# Help with diet and routine



## CleverGirl (Apr 9, 2013)

Hey Ladies,

this is probably in the wrong place but just after some advice...

Basically, I was a fit size 8 at 8 stone 5 (I'm 5'5) then I got pregnant and ballooned by 5 stone!! I managed to get back down to 9 stone 5 by doing Dukan for 2 months when my daughter was 4 months old. Fast forward to now, she is 9 months, I'm 10 stone and saggy and just disgusting!

I read online a few motivational stories about mummy's in my situation who have managed to turn it all around and be able to compete, I would love to be able to do that and can only dream of being able to look like a figure model. I have always had a trim figure and now have absolutely zero confidence in myself. I joined a gym but I'm scared to go as I feel disgusting compared to the other ladies in there. No excuse but my diets gone to s**t as well 

All my friends who go to the gym all live on diet food and spend hours on the cross trainer which isn't what I want to do.
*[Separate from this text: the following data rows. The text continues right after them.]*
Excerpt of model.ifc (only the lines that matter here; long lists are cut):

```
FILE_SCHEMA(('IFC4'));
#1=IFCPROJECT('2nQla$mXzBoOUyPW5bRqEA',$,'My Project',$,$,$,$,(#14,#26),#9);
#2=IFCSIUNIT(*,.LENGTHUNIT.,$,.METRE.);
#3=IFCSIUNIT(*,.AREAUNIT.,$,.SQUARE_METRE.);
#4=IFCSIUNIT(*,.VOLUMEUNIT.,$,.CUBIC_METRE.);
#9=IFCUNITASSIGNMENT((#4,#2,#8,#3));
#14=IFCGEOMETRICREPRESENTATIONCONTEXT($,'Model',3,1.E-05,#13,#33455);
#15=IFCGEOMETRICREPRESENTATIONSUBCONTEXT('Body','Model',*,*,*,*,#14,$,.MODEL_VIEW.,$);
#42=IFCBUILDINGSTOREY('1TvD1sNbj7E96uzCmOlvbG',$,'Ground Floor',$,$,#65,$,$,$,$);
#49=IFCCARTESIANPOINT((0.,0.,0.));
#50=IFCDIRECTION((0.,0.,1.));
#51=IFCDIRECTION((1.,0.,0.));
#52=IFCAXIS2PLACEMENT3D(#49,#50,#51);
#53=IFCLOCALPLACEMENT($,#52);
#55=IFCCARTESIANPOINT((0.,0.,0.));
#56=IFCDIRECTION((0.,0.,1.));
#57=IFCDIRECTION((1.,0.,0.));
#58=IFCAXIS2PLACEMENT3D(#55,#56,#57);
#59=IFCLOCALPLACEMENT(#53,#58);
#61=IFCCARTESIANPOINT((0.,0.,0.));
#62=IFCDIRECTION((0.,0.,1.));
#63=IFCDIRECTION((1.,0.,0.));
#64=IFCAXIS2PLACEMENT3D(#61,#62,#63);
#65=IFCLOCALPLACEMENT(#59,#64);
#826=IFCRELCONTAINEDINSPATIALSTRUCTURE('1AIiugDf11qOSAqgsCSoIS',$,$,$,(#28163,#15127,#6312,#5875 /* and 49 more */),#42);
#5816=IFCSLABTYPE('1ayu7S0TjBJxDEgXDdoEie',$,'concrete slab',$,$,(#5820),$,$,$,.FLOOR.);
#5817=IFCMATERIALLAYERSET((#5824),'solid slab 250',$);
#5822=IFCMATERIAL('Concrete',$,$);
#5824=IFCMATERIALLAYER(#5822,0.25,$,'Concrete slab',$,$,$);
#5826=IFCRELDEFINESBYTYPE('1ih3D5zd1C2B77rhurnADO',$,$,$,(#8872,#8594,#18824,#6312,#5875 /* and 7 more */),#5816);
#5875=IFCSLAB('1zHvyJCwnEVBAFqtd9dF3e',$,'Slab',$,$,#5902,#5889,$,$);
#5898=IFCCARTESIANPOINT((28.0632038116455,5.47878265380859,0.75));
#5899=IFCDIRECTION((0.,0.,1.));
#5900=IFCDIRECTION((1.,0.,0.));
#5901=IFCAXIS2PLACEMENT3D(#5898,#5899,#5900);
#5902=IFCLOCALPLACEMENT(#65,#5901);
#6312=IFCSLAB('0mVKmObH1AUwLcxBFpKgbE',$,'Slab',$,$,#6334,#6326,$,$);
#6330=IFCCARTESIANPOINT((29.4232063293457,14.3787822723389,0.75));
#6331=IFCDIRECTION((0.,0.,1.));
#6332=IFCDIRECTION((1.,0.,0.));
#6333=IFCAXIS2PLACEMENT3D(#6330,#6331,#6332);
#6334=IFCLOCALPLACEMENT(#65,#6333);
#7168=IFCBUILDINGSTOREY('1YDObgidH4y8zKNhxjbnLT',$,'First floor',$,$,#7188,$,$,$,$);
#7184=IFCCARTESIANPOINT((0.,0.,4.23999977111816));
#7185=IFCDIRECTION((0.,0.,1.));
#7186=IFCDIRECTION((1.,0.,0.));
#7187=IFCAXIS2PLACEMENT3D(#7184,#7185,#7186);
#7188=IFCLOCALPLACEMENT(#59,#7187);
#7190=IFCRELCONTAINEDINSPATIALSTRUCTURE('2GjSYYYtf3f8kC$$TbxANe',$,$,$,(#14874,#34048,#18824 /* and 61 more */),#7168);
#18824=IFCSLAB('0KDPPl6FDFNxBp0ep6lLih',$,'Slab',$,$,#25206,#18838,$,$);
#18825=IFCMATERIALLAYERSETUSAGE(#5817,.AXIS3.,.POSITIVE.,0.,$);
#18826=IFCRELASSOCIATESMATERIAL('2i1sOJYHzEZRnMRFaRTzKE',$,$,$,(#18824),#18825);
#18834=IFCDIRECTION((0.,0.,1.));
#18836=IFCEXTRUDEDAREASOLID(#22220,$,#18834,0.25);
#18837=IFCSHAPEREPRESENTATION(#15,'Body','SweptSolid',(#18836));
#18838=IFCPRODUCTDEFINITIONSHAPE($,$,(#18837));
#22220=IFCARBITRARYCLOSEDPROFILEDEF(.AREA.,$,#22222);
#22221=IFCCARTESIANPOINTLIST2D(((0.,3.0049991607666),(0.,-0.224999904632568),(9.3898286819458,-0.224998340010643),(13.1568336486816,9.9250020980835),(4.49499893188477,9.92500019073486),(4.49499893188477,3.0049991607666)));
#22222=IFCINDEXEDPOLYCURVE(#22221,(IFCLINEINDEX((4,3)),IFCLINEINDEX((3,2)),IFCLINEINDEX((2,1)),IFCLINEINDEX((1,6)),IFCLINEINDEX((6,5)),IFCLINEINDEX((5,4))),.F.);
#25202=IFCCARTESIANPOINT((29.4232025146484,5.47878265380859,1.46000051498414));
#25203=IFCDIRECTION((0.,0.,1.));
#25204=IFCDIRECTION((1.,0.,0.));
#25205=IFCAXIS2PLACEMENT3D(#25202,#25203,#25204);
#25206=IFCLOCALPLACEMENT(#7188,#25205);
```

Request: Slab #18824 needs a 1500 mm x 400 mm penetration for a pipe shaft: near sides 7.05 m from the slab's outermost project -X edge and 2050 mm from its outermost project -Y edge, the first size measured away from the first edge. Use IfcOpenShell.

```python
import numpy as np
import ifcopenshell
import ifcopenshell.api.feature
import ifcopenshell.api.geometry
import ifcopenshell.api.root
import ifcopenshell.geom
import ifcopenshell.util.placement
import ifcopenshell.util.representation
import ifcopenshell.util.shape
import ifcopenshell.util.unit

model = ifcopenshell.open("model.ifc")
unit_scale = ifcopenshell.util.unit.calculate_unit_scale(model)
settings = ifcopenshell.geom.settings()


def volume(element):
    """Net volume in cubic metres, openings subtracted."""
    shape = ifcopenshell.geom.create_shape(settings, element)
    return ifcopenshell.util.shape.get_volume(shape.geometry)


slab = model.by_id(18824)
before = volume(slab)

# Extent in the slab's own axes, in metres. The edges named are its -X and -Y sides.
slab_shape = ifcopenshell.geom.create_shape(settings, slab)
vertices = ifcopenshell.util.shape.get_vertices(slab_shape.geometry)
x_min, y_min, bottom = vertices.min(axis=0)
top = vertices[:, 2].max()

opening = ifcopenshell.api.root.create_entity(model, ifc_class="IfcOpeningElement", name="Pipe shaft opening", predefined_type="OPENING")
context = ifcopenshell.util.representation.get_context(model, "Model", "Body", "MODEL_VIEW")
width, depth = 1.5, 0.4
outline = [(0.0, 0.0), (width, 0.0), (width, depth), (0.0, depth), (0.0, 0.0)]
# Overshoot both faces by 50 mm so the cut is clean.
shape = ifcopenshell.api.geometry.add_slab_representation(
    model, context=context, depth=top - bottom + 0.1, polyline=outline
)
ifcopenshell.api.geometry.assign_representation(model, product=opening, representation=shape)

matrix = ifcopenshell.util.placement.get_local_placement(slab.ObjectPlacement)
matrix[:, 3] = matrix @ np.append(np.array([x_min + 7.05, y_min + 2.05, bottom - 0.05]) / unit_scale, 1.0)
ifcopenshell.api.geometry.edit_object_placement(model, product=opening, matrix=matrix, is_si=False)
ifcopenshell.api.feature.add_feature(model, feature=opening, element=slab)

after = volume(slab)

print(f"slab volume {before:.3f} -> {after:.3f} m3")

model.write("model_v2.ifc")
```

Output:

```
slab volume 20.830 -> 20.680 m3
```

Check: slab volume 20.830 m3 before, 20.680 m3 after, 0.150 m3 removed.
The trainers at my gym just tell you to do loads of cardio. I don't have the confidence to go to body pump but may try it this week!

sorry to ramble on 

xx


----------



## dorris1988 (Mar 13, 2013)

will get ellemac to post a reply for you


----------



## ElleMac (Sep 20, 2011)

Hello there!

Firstly, well done in taking the first steps and finding the courage to share your story! It's not an easy thing to do.

It's great you're taking inspiration from other people and aspire to look like a figure competitor but here's my advice to you from day one:- "AIM TO BE THE BEST VERSION OF YOU". You can't ever compare yourself to anyone else- their story, the way they look, their level of motivation. You're unique, it's what makes you beautiful!

Another thing is, amend your self talk- straight away! You are NOT disgusting. You are just in a different place than you were before, and now you're ready to make a change. It's ok, there's nothing wrong with you! Start being kind to yourself, because if you put yourself down honey, there might not be anyone to pick you back up. Tell yourself "I am beautiful, I am confident, I am successful!" You might not believe it at first but you don't have to. Eventually you'll start to feel better, your subconscious will hate the change but with repetition it'll listen!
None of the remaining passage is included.